---- EXTRACTED ENTRIES

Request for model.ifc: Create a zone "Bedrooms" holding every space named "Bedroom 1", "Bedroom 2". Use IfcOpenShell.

First a look at what the model holds.

```python
import ifcopenshell

model = ifcopenshell.open("model.ifc")
print(model.schema)
seen = {}
for space in model.by_type("IfcSpace"):
    seen[space.LongName] = seen.get(space.LongName, 0) + 1
for name, count in sorted(seen.items(), key=str):
    print(count, "x", name)
print("zones:", [z.Name for z in model.by_type("IfcZone")][:20])
```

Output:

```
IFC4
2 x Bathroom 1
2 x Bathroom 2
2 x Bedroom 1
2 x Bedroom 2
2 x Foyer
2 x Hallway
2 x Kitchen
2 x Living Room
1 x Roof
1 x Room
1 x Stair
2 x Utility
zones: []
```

```python
import ifcopenshell
import ifcopenshell.api.group
import ifcopenshell.api.root

model = ifcopenshell.open("model.ifc")

names = {"Bedroom 1", "Bedroom 2"}
spaces = [s for s in model.by_type("IfcSpace") if s.LongName in names]

zone = ifcopenshell.api.root.create_entity(model, ifc_class="IfcZone", name="Bedrooms")
ifcopenshell.api.group.assign_group(model, products=spaces, group=zone)
print(len(spaces), "spaces in", zone.Name)

model.write("model_updated.ifc")
```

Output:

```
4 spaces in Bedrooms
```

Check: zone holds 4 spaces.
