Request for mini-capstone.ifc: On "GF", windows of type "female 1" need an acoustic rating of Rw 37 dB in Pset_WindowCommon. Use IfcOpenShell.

First a look at what the model holds.

```python
import ifcopenshell
import ifcopenshell.util.element

model = ifcopenshell.open("mini-capstone.ifc")
print(model.schema)
storey = next(s for s in model.by_type("IfcBuildingStorey") if s.Name == "GF")
windows = [e for e in ifcopenshell.util.element.get_decomposition(storey) if e.is_a("IfcWindow")]
seen = {}
for e in windows:
    element_type = ifcopenshell.util.element.get_type(e)
    key = (element_type.Name if element_type != e and element_type else None, ifcopenshell.util.element.get_pset(e, "Pset_WindowCommon", "AcousticRating"))
    seen[key] = seen.get(key, 0) + 1
for (name, value), count in sorted(seen.items(), key=str):
    print(count, "x", name, "|", value)
```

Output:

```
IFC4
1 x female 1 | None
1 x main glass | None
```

```python
import ifcopenshell
import ifcopenshell.api.pset
import ifcopenshell.util.element

model = ifcopenshell.open("mini-capstone.ifc")

storey = next(s for s in model.by_type("IfcBuildingStorey") if s.Name == "GF")
windows = [e for e in ifcopenshell.util.element.get_decomposition(storey) if e.is_a("IfcWindow")]

count = 0
for e in windows:
    element_type = ifcopenshell.util.element.get_type(e)
    if element_type in (None, e) or element_type.Name != "female 1":
        continue
    # add_pset returns the element's existing set when there is one.
    pset = ifcopenshell.api.pset.add_pset(model, product=e, name="Pset_WindowCommon")
    ifcopenshell.api.pset.edit_pset(model, pset=pset, properties={"AcousticRating": "Rw 37 dB"})
    count += 1

print(count, "windows updated")

model.write("mini-capstone_updated.ifc")
```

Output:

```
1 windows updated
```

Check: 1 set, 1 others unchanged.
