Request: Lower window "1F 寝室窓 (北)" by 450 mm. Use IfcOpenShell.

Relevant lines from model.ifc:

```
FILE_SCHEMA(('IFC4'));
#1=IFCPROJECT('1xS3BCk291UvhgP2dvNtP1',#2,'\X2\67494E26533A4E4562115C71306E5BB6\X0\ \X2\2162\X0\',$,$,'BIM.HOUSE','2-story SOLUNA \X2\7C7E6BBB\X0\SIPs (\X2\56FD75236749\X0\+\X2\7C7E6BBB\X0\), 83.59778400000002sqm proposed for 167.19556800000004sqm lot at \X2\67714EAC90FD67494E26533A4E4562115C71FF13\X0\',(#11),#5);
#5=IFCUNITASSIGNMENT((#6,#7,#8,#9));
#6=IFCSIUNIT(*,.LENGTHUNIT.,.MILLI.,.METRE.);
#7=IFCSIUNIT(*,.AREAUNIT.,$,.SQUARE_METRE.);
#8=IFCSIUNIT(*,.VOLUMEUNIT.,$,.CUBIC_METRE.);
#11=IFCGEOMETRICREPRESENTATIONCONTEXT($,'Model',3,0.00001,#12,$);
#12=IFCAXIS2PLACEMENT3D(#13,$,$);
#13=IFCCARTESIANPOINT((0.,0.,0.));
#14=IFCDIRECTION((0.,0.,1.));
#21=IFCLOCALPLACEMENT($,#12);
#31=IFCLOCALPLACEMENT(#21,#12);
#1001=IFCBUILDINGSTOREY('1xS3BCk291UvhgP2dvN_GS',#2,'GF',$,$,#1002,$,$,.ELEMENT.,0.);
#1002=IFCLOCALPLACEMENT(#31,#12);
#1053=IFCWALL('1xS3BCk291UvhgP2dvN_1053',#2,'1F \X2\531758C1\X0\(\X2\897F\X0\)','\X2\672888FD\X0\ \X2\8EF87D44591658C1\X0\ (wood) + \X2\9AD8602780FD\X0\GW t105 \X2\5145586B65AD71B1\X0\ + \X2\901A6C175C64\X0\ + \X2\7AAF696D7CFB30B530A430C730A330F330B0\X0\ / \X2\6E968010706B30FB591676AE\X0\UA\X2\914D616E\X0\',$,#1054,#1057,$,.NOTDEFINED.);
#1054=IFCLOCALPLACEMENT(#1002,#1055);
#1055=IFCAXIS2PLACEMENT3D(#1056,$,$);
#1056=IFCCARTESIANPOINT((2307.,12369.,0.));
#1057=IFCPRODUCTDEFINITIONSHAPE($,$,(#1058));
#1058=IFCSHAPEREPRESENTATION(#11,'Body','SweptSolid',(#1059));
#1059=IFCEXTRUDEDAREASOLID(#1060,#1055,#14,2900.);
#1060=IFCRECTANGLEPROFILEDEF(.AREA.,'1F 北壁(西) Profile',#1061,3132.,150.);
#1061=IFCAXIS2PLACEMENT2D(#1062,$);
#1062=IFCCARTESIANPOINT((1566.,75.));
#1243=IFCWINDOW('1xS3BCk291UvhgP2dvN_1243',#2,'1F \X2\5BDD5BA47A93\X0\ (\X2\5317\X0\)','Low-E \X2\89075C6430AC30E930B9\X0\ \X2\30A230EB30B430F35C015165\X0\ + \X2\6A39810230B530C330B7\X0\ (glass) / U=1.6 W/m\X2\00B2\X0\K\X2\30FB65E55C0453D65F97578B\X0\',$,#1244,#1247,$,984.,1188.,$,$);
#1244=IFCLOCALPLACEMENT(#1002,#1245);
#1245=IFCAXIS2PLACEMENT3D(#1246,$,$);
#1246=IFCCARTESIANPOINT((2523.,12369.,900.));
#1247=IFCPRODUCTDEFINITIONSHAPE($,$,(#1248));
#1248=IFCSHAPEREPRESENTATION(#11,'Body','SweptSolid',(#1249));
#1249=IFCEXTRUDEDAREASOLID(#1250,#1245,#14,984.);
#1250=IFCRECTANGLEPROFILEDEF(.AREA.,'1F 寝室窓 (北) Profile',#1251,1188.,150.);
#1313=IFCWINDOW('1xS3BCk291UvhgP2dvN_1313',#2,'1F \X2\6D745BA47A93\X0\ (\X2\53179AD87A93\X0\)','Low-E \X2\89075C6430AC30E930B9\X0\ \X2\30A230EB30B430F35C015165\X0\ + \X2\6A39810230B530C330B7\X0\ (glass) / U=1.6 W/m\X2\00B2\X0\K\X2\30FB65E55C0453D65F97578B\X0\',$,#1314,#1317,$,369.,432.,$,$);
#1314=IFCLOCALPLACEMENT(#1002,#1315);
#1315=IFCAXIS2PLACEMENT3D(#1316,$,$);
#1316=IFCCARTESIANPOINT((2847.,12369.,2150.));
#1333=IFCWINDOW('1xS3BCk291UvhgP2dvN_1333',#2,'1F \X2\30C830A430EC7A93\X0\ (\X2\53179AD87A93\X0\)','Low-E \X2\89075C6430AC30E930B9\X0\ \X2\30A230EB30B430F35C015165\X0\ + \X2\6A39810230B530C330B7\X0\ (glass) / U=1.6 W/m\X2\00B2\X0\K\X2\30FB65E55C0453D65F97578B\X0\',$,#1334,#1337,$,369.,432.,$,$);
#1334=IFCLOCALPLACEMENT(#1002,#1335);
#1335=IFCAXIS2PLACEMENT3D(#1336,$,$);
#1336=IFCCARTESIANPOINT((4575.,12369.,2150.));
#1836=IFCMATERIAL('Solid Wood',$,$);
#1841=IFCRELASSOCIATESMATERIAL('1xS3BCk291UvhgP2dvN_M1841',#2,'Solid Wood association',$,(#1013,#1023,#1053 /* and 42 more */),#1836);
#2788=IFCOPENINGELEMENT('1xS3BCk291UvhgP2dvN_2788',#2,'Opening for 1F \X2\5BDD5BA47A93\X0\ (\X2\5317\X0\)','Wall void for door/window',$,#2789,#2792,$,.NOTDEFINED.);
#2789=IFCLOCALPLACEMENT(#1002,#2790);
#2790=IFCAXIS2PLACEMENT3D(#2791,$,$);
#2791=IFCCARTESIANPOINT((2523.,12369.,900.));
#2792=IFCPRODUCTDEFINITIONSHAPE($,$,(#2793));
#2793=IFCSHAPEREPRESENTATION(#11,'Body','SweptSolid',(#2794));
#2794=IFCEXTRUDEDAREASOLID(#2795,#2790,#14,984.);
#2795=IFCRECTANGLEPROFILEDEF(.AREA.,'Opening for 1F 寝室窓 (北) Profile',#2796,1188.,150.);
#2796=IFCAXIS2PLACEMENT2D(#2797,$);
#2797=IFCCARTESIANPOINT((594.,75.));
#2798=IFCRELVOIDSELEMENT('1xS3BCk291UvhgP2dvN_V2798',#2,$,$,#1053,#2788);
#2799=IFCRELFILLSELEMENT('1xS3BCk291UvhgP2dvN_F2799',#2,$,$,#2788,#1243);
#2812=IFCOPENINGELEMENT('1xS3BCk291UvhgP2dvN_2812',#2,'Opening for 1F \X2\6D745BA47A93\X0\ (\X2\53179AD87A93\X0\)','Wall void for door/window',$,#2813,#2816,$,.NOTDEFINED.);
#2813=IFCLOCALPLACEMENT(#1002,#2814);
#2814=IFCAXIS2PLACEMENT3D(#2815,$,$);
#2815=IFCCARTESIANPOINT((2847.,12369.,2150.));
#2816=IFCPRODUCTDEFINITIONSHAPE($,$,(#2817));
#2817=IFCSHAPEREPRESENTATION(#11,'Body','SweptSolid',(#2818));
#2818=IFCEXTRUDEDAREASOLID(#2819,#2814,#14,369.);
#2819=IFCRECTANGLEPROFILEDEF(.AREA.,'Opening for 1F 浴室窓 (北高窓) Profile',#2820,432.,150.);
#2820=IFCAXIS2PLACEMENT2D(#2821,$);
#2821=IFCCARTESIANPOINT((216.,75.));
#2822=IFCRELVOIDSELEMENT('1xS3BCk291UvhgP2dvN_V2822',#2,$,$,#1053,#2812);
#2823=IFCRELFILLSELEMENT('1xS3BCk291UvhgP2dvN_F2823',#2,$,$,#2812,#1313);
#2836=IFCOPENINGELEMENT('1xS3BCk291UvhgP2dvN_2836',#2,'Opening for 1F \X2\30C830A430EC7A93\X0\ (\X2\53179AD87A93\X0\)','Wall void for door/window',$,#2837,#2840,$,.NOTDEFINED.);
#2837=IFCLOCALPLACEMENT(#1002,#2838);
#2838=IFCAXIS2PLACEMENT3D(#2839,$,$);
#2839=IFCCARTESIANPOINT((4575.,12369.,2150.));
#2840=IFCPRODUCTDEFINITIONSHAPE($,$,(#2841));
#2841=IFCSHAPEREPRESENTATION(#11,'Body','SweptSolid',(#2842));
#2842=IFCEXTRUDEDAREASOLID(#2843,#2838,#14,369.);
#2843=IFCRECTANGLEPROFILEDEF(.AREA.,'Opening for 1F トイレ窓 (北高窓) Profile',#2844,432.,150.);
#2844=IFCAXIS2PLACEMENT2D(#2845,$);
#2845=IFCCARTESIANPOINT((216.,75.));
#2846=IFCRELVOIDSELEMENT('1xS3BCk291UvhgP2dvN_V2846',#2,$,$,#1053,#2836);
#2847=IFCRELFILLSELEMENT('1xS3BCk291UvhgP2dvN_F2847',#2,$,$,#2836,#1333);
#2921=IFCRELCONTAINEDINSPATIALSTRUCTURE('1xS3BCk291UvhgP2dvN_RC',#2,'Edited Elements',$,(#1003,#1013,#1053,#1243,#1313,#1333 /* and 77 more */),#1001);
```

```python
import numpy as np
import ifcopenshell
import ifcopenshell.api.geometry
import ifcopenshell.util.placement
import ifcopenshell.util.unit

model = ifcopenshell.open("model.ifc")
unit_scale = ifcopenshell.util.unit.calculate_unit_scale(model)

window = model.by_id(1243)
opening = window.FillsVoids[0].RelatingOpeningElement
dz = -450.0

shift = np.array([0.0, 0.0, dz])
# The window is not placed relative to its opening, so move both.
for product in (opening, window):
    matrix = ifcopenshell.util.placement.get_local_placement(product.ObjectPlacement)
    matrix[:3, 3] += shift
    ifcopenshell.api.geometry.edit_object_placement(model, product=product, matrix=matrix, is_si=False)

print(f"moved by {dz * unit_scale:+.3f} m")

model.write("model_rev.ifc")
```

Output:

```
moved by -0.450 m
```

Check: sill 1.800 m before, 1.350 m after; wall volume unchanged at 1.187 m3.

--------

_TASK ITEM_
Copy out each line of the data in which the word "door" appears.

_YOUR RESPONSE_
#2788=IFCOPENINGELEMENT('1xS3BCk291UvhgP2dvN_2788',#2,'Opening for 1F \X2\5BDD5BA47A93\X0\ (\X2\5317\X0\)','Wall void for door/window',$,#2789,#2792,$,.NOTDEFINED.);
#2812=IFCOPENINGELEMENT('1xS3BCk291UvhgP2dvN_2812',#2,'Opening for 1F \X2\6D745BA47A93\X0\ (\X2\53179AD87A93\X0\)','Wall void for door/window',$,#2813,#2816,$,.NOTDEFINED.);
#2836=IFCOPENINGELEMENT('1xS3BCk291UvhgP2dvN_2836',#2,'Opening for 1F \X2\30C830A430EC7A93\X0\ (\X2\53179AD87A93\X0\)','Wall void for door/window',$,#2837,#2840,$,.NOTDEFINED.);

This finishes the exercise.